SOURCE RECORDS: Begin

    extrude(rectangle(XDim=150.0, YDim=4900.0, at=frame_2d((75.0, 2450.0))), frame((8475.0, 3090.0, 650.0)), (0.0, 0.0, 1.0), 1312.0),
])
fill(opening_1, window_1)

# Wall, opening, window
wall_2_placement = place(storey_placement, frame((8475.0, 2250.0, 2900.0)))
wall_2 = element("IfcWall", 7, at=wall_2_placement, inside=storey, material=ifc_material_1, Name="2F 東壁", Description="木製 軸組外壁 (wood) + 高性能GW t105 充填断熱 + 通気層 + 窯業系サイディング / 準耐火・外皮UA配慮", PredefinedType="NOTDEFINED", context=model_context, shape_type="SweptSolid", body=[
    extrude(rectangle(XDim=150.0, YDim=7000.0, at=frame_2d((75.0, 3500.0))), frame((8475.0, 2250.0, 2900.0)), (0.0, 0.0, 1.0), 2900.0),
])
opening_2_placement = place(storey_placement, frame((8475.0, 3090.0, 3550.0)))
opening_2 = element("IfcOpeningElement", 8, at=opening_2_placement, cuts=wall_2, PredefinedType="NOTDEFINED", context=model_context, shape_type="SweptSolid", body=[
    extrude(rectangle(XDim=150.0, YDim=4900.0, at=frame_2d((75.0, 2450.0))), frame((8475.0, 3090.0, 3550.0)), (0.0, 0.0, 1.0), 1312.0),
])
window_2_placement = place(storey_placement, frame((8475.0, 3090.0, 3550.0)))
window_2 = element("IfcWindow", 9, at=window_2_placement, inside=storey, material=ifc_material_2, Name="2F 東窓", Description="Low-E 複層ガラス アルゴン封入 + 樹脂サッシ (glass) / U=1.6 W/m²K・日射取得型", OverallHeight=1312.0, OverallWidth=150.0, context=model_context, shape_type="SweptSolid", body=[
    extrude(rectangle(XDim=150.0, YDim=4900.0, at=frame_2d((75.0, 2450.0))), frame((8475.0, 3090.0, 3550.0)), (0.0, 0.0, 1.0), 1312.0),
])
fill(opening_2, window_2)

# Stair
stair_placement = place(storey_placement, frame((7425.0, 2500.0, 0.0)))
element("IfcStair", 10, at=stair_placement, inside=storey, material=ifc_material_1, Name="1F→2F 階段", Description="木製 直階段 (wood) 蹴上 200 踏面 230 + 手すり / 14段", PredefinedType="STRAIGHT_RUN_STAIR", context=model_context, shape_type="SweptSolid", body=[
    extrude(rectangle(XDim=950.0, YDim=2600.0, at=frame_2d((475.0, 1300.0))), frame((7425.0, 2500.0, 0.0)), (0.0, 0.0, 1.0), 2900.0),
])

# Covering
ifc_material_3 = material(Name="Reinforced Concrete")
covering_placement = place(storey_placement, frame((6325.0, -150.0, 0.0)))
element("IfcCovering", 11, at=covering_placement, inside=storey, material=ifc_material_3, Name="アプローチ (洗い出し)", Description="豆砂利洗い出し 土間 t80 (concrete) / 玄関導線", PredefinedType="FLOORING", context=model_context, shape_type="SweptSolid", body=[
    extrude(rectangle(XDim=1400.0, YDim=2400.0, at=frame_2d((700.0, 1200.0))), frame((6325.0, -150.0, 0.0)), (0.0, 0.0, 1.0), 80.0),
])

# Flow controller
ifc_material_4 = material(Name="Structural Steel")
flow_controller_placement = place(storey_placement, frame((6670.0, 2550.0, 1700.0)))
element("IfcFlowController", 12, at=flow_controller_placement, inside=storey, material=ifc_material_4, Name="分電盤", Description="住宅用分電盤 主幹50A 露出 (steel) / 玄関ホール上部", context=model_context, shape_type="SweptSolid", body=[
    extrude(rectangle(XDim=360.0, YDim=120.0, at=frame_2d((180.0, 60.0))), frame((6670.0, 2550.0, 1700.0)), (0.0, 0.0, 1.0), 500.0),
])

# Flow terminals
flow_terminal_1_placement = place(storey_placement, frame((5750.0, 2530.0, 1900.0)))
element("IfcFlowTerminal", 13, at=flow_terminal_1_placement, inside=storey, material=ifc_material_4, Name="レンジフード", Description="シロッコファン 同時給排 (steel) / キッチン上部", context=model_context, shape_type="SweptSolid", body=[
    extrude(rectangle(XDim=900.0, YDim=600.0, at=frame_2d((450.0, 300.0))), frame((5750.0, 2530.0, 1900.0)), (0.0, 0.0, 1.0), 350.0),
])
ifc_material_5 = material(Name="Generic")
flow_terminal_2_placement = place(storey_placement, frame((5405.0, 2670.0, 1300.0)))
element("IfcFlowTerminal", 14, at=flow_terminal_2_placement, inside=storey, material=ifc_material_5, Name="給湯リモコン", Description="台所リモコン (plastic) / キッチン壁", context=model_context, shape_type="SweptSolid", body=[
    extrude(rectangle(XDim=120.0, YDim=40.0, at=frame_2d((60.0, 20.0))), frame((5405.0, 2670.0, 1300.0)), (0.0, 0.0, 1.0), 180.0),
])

SOURCE RECORDS: End

WORK TASK
I would like you to report every line in the listing above that contains "XDim".

ANSWER TO THE EXERCISE
    extrude(rectangle(XDim=150.0, YDim=4900.0, at=frame_2d((75.0, 2450.0))), frame((8475.0, 3090.0, 650.0)), (0.0, 0.0, 1.0), 1312.0),
    extrude(rectangle(XDim=150.0, YDim=7000.0, at=frame_2d((75.0, 3500.0))), frame((8475.0, 2250.0, 2900.0)), (0.0, 0.0, 1.0), 2900.0),
    extrude(rectangle(XDim=150.0, YDim=4900.0, at=frame_2d((75.0, 2450.0))), frame((8475.0, 3090.0, 3550.0)), (0.0, 0.0, 1.0), 1312.0),
    extrude(rectangle(XDim=150.0, YDim=4900.0, at=frame_2d((75.0, 2450.0))), frame((8475.0, 3090.0, 3550.0)), (0.0, 0.0, 1.0), 1312.0),
    extrude(rectangle(XDim=950.0, YDim=2600.0, at=frame_2d((475.0, 1300.0))), frame((7425.0, 2500.0, 0.0)), (0.0, 0.0, 1.0), 2900.0),
    extrude(rectangle(XDim=1400.0, YDim=2400.0, at=frame_2d((700.0, 1200.0))), frame((6325.0, -150.0, 0.0)), (0.0, 0.0, 1.0), 80.0),
    extrude(rectangle(XDim=360.0, YDim=120.0, at=frame_2d((180.0, 60.0))), frame((6670.0, 2550.0, 1700.0)), (0.0, 0.0, 1.0), 500.0),
    extrude(rectangle(XDim=900.0, YDim=600.0, at=frame_2d((450.0, 300.0))), frame((5750.0, 2530.0, 1900.0)), (0.0, 0.0, 1.0), 350.0),
    extrude(rectangle(XDim=120.0, YDim=40.0, at=frame_2d((60.0, 20.0))), frame((5405.0, 2670.0, 1300.0)), (0.0, 0.0, 1.0), 180.0),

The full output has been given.